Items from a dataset
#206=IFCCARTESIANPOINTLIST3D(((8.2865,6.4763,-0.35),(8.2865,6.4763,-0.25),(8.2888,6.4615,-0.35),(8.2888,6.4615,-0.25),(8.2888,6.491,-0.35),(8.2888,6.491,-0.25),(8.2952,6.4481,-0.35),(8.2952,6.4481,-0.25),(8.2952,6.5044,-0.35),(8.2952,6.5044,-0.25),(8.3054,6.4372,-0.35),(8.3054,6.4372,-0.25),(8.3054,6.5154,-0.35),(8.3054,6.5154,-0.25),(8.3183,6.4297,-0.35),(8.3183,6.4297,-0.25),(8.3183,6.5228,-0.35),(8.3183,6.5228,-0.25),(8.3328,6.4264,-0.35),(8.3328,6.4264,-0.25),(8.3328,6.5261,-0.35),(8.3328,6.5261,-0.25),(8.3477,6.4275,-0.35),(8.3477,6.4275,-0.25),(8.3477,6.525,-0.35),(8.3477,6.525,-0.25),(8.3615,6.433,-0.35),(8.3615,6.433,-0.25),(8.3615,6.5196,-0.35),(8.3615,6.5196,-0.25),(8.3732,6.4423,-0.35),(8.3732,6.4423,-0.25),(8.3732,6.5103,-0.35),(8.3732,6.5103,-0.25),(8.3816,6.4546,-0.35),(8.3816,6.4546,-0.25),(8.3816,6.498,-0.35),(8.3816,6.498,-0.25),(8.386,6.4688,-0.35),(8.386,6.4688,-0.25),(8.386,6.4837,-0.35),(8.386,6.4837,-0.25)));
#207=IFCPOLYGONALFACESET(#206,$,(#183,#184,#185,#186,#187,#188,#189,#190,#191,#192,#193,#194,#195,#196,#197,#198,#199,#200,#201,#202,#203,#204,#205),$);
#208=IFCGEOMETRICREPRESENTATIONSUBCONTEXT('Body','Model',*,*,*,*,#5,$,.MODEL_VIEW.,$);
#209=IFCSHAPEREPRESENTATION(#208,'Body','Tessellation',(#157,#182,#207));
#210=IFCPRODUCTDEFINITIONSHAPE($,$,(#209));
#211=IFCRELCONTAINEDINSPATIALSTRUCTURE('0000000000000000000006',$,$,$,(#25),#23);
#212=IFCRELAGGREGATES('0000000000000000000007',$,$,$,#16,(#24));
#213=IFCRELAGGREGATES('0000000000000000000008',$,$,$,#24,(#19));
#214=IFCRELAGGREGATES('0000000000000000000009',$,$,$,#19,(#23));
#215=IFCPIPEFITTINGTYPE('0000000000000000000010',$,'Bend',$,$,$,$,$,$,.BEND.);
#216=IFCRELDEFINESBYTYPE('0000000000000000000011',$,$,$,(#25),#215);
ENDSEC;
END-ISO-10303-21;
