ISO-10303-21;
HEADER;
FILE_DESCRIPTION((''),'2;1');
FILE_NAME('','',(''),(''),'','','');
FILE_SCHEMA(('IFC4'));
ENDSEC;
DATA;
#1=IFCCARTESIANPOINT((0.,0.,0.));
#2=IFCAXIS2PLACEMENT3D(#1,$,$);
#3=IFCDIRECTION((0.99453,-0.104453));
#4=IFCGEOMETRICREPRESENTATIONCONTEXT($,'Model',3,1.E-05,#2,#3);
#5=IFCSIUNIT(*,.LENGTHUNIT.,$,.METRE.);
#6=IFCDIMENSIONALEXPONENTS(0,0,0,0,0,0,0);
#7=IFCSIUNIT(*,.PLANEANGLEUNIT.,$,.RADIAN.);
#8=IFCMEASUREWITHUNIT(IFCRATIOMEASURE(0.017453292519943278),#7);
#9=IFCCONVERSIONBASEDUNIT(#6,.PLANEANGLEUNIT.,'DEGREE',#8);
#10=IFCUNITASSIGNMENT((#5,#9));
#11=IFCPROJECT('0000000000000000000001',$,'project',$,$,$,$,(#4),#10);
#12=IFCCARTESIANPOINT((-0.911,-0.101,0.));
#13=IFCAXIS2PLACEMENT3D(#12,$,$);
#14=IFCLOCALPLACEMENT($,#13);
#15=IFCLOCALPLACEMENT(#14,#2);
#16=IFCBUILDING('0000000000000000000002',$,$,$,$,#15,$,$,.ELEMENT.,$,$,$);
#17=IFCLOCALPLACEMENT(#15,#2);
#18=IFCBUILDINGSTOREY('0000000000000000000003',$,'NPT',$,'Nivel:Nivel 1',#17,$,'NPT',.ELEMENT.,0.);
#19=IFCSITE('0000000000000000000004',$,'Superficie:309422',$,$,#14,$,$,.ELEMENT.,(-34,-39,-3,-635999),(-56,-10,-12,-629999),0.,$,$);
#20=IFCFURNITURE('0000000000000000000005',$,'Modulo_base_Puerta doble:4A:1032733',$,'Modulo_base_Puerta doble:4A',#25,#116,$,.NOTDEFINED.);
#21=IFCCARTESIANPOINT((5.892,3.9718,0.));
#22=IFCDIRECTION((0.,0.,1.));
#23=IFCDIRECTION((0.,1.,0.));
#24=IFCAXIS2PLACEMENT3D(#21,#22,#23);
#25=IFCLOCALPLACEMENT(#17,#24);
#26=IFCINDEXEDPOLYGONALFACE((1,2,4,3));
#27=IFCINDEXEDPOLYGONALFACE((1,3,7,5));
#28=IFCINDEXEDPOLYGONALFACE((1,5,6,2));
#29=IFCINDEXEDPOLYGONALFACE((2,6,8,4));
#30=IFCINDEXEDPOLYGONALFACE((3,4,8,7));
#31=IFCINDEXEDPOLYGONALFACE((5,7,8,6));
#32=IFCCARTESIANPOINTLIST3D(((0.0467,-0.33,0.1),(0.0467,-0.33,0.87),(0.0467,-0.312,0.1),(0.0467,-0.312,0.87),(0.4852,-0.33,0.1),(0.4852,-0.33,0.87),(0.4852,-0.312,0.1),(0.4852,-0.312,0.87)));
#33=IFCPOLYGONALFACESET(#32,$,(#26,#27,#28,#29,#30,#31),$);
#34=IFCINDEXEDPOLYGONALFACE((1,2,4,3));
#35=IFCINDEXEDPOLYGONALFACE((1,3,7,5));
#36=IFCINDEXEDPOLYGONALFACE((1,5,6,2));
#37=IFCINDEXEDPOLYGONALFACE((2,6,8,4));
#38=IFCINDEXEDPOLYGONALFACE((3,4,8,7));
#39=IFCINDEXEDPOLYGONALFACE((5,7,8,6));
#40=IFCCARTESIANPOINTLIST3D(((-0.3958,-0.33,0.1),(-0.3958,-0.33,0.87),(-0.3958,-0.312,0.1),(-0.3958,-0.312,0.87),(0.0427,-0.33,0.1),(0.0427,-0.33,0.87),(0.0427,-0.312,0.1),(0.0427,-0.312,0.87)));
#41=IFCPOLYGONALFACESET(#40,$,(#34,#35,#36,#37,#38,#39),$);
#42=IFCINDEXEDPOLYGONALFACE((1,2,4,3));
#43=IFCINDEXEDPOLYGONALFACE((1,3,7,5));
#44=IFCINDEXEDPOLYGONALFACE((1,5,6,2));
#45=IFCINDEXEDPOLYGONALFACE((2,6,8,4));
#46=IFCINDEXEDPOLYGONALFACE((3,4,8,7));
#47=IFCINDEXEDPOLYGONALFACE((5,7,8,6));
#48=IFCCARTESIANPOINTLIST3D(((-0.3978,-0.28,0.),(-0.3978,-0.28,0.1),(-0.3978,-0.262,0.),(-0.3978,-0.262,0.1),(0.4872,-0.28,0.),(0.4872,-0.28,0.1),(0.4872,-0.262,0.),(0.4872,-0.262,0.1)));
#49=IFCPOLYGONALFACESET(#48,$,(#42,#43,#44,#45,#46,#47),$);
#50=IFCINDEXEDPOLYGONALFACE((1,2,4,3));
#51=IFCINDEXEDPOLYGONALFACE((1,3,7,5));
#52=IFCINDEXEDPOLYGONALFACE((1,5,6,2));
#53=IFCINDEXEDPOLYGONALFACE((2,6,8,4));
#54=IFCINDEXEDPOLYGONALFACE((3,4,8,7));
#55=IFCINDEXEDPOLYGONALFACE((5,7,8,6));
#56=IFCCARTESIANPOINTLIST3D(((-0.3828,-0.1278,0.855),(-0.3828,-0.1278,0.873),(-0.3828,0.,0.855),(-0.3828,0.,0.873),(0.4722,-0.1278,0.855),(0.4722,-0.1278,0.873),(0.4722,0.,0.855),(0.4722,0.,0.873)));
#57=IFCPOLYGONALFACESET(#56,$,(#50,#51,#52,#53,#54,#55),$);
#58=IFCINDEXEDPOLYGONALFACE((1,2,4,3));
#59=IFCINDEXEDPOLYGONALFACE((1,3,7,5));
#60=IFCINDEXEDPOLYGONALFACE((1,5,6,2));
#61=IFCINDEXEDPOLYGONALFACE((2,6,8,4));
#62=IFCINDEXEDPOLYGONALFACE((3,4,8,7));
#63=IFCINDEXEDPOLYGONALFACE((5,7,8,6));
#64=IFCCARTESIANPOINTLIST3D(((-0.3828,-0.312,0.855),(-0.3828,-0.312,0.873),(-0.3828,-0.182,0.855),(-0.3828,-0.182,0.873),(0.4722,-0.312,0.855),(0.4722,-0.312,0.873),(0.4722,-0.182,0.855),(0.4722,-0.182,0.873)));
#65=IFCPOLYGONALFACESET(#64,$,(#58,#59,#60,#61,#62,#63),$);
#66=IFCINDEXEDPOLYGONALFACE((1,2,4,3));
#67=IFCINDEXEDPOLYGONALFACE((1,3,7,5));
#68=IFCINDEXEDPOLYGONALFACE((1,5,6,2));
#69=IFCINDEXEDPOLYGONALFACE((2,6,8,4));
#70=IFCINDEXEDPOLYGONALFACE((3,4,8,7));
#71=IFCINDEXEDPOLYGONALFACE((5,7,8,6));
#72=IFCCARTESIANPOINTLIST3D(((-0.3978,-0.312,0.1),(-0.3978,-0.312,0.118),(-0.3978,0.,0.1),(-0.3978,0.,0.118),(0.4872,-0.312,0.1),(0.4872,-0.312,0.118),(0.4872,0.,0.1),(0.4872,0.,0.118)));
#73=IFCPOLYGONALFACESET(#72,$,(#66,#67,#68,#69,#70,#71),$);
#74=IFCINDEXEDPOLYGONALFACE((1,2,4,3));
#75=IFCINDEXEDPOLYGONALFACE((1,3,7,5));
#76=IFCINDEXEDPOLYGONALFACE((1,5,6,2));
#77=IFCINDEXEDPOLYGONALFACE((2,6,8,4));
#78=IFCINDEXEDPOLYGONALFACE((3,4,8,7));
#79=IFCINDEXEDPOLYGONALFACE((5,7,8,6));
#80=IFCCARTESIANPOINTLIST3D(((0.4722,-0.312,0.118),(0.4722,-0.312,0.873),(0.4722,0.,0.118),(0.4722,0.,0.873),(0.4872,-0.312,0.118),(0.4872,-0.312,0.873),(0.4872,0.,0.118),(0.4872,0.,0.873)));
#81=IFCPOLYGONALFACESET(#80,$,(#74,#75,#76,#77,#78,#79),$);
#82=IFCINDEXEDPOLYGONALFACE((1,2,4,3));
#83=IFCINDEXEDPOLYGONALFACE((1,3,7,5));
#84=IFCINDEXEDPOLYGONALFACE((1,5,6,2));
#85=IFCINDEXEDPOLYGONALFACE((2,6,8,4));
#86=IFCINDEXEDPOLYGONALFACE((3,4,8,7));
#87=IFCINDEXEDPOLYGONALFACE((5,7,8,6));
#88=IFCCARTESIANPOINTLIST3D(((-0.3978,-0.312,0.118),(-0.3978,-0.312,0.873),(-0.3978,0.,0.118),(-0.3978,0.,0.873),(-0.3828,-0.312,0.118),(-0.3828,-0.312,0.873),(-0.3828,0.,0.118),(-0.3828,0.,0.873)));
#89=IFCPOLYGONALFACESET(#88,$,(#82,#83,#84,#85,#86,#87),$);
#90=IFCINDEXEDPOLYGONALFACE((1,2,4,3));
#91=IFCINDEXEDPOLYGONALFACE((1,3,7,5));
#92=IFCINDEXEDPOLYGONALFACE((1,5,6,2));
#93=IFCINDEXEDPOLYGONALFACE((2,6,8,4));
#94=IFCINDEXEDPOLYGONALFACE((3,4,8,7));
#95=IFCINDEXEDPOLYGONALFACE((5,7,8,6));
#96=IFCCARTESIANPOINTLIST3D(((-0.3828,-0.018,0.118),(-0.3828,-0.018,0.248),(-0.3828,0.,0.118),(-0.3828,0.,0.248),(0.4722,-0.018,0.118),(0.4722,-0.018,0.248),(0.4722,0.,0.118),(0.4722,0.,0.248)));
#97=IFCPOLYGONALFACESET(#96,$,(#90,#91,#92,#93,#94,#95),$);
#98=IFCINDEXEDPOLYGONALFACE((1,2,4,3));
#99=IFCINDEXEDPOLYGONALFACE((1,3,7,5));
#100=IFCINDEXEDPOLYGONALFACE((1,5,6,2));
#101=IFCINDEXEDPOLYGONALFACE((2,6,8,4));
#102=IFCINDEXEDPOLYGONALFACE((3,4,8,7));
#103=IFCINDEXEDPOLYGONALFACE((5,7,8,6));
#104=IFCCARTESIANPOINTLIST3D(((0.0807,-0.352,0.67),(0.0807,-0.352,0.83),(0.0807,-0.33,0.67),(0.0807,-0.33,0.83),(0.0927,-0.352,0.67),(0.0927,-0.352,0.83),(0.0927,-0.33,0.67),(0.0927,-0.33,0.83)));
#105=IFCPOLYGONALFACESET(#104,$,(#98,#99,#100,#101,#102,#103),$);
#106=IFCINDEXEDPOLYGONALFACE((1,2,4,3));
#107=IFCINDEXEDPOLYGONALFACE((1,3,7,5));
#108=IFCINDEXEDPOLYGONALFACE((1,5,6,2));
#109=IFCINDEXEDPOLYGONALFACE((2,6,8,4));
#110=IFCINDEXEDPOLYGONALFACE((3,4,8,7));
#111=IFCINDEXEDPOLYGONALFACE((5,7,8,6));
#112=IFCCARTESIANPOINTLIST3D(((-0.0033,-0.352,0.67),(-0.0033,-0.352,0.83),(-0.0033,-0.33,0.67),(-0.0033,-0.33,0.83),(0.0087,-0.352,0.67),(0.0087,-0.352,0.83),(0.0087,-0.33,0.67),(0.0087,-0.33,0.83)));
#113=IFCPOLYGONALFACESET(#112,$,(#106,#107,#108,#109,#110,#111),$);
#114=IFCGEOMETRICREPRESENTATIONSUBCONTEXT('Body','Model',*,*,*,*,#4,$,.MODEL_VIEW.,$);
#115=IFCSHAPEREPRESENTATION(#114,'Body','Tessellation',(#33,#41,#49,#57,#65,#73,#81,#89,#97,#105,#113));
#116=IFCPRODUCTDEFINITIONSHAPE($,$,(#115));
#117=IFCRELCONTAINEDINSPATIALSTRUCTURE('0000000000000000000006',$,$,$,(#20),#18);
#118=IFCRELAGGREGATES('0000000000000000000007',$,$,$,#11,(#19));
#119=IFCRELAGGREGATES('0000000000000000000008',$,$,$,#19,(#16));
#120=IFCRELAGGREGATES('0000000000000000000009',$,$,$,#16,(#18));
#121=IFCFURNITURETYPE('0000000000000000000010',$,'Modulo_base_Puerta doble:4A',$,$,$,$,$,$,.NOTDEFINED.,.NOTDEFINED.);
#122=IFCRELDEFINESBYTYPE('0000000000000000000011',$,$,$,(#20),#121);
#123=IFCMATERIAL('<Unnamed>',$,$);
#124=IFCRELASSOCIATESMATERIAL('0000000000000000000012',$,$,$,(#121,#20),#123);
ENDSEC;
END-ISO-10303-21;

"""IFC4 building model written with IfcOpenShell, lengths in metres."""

from ifc_helpers import new_model, entity, si_unit, converted_unit, direction, frame, frame_2d, origin, origin_2d_with_axis, place, context, subcontext, project, spatial, rectangle, extrude, source, transform, mapped, material, type_object, type_shapes, element, save


model = new_model("IFC4")

# Units and contexts
model_context = context("Model", 3, precision=1e-05, world=origin(), true_north=direction((0.99453, -0.104453)))
body_context = subcontext(model_context, "Body", "Model", "MODEL_VIEW")
ifc_project = project(units=[si_unit("LENGTHUNIT", "METRE"), converted_unit("PLANEANGLEUNIT", "DEGREE", entity("IfcRatioMeasure", 0.017453292519943278), si_unit("PLANEANGLEUNIT", "RADIAN"), dimensions=[0, 0, 0, 0, 0, 0, 0])], contexts=[model_context])

# Site, building, storey
site_placement = place(None, frame((-0.911, -0.101, 0.0)))
site = spatial("IfcSite", under=ifc_project, at=site_placement, Name="Superficie:309422", CompositionType="ELEMENT", RefLatitude=(-34, -39, -3, -635999), RefLongitude=(-56, -10, -12, -629999), RefElevation=0.0)
building_placement = place(site_placement, origin())
building = spatial("IfcBuilding", under=site, at=building_placement, CompositionType="ELEMENT")
storey_placement = place(building_placement, origin())
storey = spatial("IfcBuildingStorey", under=building, at=storey_placement, Name="NPT", ObjectType="Nivel:Nivel 1", LongName="NPT", CompositionType="ELEMENT", Elevation=0.0)

# Shared definitions
ifc_material_1 = material(Name="<Unnamed>")

# Furniture
furniture_type_1 = type_object("IfcFurnitureType", Name="Modulo_base_Puerta doble:4A", AssemblyPlace="NOTDEFINED", PredefinedType="NOTDEFINED", material=ifc_material_1)
shared_shape_1 = source(origin(), body_context, "Body", "SweptSolid", [
    extrude(rectangle(XDim=0.018, YDim=0.4385, at=frame_2d((0.0, 0.0), x_axis=(1.0, 0.0))), frame((0.266, -0.321, 0.1), z_axis=(0.0, 0.0, 1.0), x_axis=(0.0, 1.0, 0.0)), (0.0, 0.0, 1.0), 0.77),
    extrude(rectangle(XDim=0.018, YDim=0.4385, at=frame_2d((0.0, 0.0), x_axis=(1.0, 0.0))), frame((-0.1765, -0.321, 0.1), z_axis=(0.0, 0.0, 1.0), x_axis=(0.0, 1.0, 0.0)), (0.0, 0.0, 1.0), 0.77),
    extrude(rectangle(XDim=0.018, YDim=0.885, at=frame_2d((0.0, 0.0), x_axis=(1.0, 0.0))), frame((0.0447, -0.271, 0.0), z_axis=(0.0, 0.0, 1.0), x_axis=(0.0, -1.0, 0.0)), (0.0, 0.0, 1.0), 0.1),
    extrude(rectangle(XDim=0.855, YDim=0.1278, at=origin_2d_with_axis()), frame((0.0447, -0.0639, 0.855), z_axis=(0.0, 0.0, 1.0), x_axis=(-1.0, 0.0, 0.0)), (0.0, 0.0, 1.0), 0.018),
    extrude(rectangle(XDim=0.855, YDim=0.13, at=frame_2d((0.0, 0.0), x_axis=(1.0, 0.0))), frame((0.0447, -0.247, 0.855), z_axis=(0.0, 0.0, 1.0), x_axis=(-1.0, 0.0, 0.0)), (0.0, 0.0, 1.0), 0.018),
    extrude(rectangle(XDim=0.885, YDim=0.312, at=frame_2d((0.0, 0.0), x_axis=(1.0, 0.0))), frame((0.0447, -0.156, 0.1), z_axis=(0.0, 0.0, 1.0), x_axis=(-1.0, 0.0, 0.0)), (0.0, 0.0, 1.0), 0.018),
    extrude(rectangle(XDim=0.015, YDim=0.312, at=frame_2d((0.0, 0.0), x_axis=(1.0, 0.0))), frame((0.4797, -0.156, 0.118)), (0.0, 0.0, 1.0), 0.755),
    extrude(rectangle(XDim=0.015, YDim=0.312, at=frame_2d((0.0, 0.0), x_axis=(1.0, 0.0))), frame((-0.3903, -0.156, 0.118), z_axis=(0.0, 0.0, 1.0), x_axis=(-1.0, 0.0, 0.0)), (0.0, 0.0, 1.0), 0.755),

#### What the exercise asks:
Transcribe, exactly and without additions, the lines of the records above, beginning with the line that contains "#73=IFCPOLYGONALFACESET(#72,$,(#66,#67,#68,#69,#70,#71),$);" and ending with the line that contains "#79=IFCINDEXEDPOLYGONALFACE((5,7,8,6));", both included.

#### Response area:
#73=IFCPOLYGONALFACESET(#72,$,(#66,#67,#68,#69,#70,#71),$);
#74=IFCINDEXEDPOLYGONALFACE((1,2,4,3));
#75=IFCINDEXEDPOLYGONALFACE((1,3,7,5));
#76=IFCINDEXEDPOLYGONALFACE((1,5,6,2));
#77=IFCINDEXEDPOLYGONALFACE((2,6,8,4));
#78=IFCINDEXEDPOLYGONALFACE((3,4,8,7));
#79=IFCINDEXEDPOLYGONALFACE((5,7,8,6));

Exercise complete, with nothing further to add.